Vision Transformer (ViT-Base-Patch32-224-IN21K)

Introduction

The Vision Transformer (ViT) model is a transformer encoder model designed for image recognition, pre-trained on the ImageNet-21k dataset, which contains 14 million images across 21,843 classes. It was introduced in the paper "An Image is Worth 16x16 Words: Transformers for Image Recognition at Scale" by Dosovitskiy et al. The model processes images as sequences of fixed-size patches and uses a BERT-like architecture.

Architecture

ViT uses a transformer encoder architecture, where images are divided into patches, embedded linearly, and processed through multiple layers of transformers. A [CLS] token is added for classification tasks. The model's pre-trained pooler can be utilized for downstream tasks, such as image classification, by adding a linear layer on top of the [CLS] token's last hidden state.

Training

The ViT model was pre-trained on the ImageNet-21k dataset, utilizing TPUv3 hardware with 8 cores, a batch size of 4096, and a learning rate warmup of 10k steps. Images were preprocessed to 224x224 resolution, normalized with a mean of (0.5, 0.5, 0.5) and a standard deviation of (0.5, 0.5, 0.5). Gradient clipping at a global norm of 1 was applied during training. Evaluation results indicated improved performance with increased resolution and model size.

Guide: Running Locally

To run the ViT model locally using PyTorch, follow these steps:

Install the required libraries:

pip install transformers
pip install torch
pip install pillow

Load and process an image:

from transformers import ViTImageProcessor, ViTModel
from PIL import Image
import requests

url = 'http://images.cocodataset.org/val2017/000000039769.jpg'
image = Image.open(requests.get(url, stream=True).raw)

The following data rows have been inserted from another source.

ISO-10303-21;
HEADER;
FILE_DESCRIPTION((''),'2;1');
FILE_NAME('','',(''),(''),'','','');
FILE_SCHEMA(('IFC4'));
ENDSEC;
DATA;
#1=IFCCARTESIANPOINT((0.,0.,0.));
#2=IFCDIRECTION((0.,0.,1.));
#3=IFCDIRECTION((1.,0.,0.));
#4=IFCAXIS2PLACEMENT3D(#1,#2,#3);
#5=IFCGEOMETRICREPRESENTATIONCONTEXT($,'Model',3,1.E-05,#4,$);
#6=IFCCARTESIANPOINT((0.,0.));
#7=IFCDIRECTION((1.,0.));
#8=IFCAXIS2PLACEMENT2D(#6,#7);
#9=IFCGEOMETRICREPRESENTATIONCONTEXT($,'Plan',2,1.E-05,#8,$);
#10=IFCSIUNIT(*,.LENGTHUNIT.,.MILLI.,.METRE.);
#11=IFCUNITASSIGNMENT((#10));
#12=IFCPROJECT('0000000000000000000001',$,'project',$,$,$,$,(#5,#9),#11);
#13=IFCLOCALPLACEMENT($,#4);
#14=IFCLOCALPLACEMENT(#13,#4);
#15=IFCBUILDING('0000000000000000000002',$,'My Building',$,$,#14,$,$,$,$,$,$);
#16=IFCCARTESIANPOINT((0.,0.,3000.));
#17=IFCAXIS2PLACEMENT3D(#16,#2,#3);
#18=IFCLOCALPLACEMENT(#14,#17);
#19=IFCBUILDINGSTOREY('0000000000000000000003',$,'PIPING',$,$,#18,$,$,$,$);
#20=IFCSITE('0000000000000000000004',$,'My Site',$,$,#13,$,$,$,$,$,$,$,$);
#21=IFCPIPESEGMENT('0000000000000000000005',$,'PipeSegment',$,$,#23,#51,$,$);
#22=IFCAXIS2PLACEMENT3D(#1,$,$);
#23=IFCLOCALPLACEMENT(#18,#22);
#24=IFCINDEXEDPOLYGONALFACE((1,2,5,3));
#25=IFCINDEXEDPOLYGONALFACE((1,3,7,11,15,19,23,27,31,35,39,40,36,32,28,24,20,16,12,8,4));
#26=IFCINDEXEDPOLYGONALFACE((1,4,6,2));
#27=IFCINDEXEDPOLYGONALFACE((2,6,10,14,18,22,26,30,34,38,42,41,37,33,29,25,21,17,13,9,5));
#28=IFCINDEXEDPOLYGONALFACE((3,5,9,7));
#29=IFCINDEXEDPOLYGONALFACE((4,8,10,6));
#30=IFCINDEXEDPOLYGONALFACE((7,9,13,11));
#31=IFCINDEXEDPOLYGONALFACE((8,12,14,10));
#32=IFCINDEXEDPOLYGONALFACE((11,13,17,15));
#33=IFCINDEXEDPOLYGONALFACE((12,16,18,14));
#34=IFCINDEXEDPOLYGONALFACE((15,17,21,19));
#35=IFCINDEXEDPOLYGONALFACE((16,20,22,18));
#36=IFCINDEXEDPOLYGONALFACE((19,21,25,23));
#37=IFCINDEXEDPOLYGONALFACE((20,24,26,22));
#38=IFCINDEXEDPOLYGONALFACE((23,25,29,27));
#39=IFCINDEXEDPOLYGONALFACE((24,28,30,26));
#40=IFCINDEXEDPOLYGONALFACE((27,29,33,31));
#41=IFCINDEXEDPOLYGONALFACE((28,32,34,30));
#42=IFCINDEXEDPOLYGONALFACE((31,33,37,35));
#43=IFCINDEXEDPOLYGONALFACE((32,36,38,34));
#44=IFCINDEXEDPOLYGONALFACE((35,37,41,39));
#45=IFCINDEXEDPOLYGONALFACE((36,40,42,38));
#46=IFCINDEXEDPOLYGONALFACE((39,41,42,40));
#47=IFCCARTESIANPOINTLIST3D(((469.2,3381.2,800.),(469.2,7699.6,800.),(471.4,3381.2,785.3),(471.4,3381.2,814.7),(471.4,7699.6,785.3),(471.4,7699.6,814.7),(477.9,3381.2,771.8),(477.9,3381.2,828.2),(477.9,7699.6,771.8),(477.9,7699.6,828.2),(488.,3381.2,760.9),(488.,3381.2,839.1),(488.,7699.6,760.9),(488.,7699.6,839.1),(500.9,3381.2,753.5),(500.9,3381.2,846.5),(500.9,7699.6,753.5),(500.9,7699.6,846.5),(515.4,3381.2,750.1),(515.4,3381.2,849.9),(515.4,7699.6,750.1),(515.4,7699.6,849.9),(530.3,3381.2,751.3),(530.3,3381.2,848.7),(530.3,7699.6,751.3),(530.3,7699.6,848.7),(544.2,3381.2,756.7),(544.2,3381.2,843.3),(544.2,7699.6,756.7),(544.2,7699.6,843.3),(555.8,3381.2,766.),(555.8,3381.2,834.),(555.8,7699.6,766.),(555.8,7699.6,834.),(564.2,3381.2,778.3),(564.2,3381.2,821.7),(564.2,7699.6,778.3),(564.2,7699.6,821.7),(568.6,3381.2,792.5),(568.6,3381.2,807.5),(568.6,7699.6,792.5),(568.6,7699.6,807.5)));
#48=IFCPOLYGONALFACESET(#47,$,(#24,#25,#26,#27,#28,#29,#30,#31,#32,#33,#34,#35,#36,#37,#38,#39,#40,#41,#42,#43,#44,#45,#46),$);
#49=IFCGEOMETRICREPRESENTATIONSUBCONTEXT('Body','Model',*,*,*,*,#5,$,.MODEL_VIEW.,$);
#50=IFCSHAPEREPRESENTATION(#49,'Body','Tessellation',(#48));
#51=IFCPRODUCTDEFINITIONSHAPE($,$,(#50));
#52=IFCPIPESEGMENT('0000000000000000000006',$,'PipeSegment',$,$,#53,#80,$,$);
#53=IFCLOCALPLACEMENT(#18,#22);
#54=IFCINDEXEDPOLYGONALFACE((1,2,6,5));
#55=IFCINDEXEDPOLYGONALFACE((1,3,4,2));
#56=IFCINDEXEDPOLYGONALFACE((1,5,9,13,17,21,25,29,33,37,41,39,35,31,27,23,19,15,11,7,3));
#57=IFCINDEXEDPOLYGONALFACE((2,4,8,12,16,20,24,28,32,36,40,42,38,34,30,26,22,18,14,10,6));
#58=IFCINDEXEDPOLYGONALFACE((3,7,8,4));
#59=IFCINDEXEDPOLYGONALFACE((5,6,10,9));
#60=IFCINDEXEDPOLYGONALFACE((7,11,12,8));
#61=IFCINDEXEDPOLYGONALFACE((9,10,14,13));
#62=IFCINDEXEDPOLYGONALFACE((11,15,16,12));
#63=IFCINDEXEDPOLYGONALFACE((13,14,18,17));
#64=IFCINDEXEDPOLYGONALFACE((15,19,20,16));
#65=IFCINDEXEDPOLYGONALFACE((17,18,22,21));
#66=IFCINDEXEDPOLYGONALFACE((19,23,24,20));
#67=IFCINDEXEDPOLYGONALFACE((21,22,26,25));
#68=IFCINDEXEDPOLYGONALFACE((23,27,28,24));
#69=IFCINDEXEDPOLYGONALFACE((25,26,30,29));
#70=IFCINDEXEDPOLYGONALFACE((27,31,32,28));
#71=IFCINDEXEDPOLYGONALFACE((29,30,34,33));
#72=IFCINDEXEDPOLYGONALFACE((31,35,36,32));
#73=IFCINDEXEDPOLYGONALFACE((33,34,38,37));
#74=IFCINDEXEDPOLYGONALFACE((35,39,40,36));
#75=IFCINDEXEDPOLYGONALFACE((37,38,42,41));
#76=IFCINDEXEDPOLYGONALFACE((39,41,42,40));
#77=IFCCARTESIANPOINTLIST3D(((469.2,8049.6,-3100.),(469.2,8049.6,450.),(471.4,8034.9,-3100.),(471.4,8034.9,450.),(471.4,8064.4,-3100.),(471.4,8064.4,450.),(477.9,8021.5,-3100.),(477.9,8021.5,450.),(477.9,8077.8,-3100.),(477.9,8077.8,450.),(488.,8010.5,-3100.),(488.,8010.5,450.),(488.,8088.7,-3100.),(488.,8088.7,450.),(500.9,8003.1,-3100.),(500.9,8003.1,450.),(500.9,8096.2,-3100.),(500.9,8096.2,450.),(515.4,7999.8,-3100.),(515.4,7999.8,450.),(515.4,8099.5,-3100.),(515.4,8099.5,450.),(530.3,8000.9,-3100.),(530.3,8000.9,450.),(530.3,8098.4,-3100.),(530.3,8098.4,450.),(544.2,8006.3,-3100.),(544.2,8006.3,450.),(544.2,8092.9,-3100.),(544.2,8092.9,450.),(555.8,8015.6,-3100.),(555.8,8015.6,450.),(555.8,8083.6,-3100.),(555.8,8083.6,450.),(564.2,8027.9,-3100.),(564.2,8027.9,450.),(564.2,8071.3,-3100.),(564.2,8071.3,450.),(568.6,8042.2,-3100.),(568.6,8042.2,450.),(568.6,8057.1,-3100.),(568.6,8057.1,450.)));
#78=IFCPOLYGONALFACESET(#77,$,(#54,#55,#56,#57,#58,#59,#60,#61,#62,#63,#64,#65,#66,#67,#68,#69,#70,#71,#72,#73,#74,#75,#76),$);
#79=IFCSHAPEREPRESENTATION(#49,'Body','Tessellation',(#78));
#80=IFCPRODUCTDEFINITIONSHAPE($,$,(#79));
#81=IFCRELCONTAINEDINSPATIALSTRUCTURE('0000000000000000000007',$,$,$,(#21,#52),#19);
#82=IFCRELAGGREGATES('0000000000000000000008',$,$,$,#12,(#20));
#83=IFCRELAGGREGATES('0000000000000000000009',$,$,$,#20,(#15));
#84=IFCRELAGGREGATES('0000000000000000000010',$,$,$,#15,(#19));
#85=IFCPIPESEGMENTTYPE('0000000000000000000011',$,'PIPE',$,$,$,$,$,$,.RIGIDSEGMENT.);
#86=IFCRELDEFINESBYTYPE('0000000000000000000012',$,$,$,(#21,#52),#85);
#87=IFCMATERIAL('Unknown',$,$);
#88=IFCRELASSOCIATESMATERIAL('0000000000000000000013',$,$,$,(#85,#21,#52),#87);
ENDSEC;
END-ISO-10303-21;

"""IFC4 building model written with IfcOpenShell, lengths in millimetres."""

from ifc_helpers import new_model, si_unit, frame, origin_with_axes, origin_2d_with_axis, place, context, subcontext, project, spatial, circle, extrude, material, material_profile, profile_set, profile_usage, type_object, element, save


model = new_model("IFC4")

# Units and contexts
model_context = context("Model", 3, precision=1e-05, world=origin_with_axes())
plan_context = context("Plan", 2, precision=1e-05, world=origin_2d_with_axis())
body_context = subcontext(model_context, "Body", "Model", "MODEL_VIEW")
ifc_project = project(units=[si_unit("LENGTHUNIT", "METRE", prefix="MILLI")], contexts=[model_context, plan_context])

# Site, building, storey
site_placement = place(None, origin_with_axes())
site = spatial("IfcSite", under=ifc_project, at=site_placement, Name="My Site")
building_placement = place(site_placement, origin_with_axes())
building = spatial("IfcBuilding", under=site, at=building_placement, Name="My Building")
storey_placement = place(building_placement, frame((0.0, 0.0, 3000.0), z_axis=(0.0, 0.0, 1.0), x_axis=(1.0, 0.0, 0.0)))
storey = spatial("IfcBuildingStorey", under=building, at=storey_placement, Name="PIPING")

# Pipe segments
ifc_material = material(Name="Unknown")
ifc_material_profile = material_profile(ifc_material, circle(Radius=50.0))
ifc_profile_set = profile_set([ifc_material_profile])
ifc_profile_usage_1 = profile_usage(ifc_profile_set, cardinal=5)
pipe_segment_type = type_object("IfcPipeSegmentType", Name="PIPE", PredefinedType="RIGIDSEGMENT", material=ifc_profile_set)
pipe_segment_1_placement = place(storey_placement, frame((519.2, 3381.2, 800.0), z_axis=(0.0, 1.0, 0.0), x_axis=(-1.0, 0.0, 0.0)))
element("IfcPipeSegment", 1, at=pipe_segment_1_placement, inside=storey, type_object=pipe_segment_type, material=ifc_profile_usage_1, Name="PipeSegment", context=body_context, shape_type="SweptSolid", body=[
    extrude(circle(Radius=50.0), origin_with_axes(), (0.0, 0.0, 1.0), 4318.4),
])
ifc_profile_usage_2 = profile_usage(ifc_profile_set, cardinal=5)
pipe_segment_2_placement = place(storey_placement, frame((519.2, 8049.6, -3100.0), z_axis=(0.0, 0.0, 1.0), x_axis=(-1.0, 0.0, 0.0)))
element("IfcPipeSegment", 2, at=pipe_segment_2_placement, inside=storey, type_object=pipe_segment_type, material=ifc_profile_usage_2, Name="PipeSegment", context=body_context, shape_type="SweptSolid", body=[
    extrude(circle(Radius=50.0), origin_with_axes(), (0.0, 0.0, 1.0), 3550.0),
])

save(model, "model.ifc")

processor = ViTImageProcessor.from_pretrained('google/vit-base-patch32-224-in21k')
model = ViTModel.from_pretrained('google/vit-base-patch32-224-in21k')

inputs = processor(images=image, return_tensors="pt")
outputs = model(**inputs)
last_hidden_state = outputs.last_hidden_state

For enhanced performance, consider using cloud GPUs such as those offered by AWS, Google Cloud, or Azure.

License

The ViT model is licensed under the Apache-2.0 License.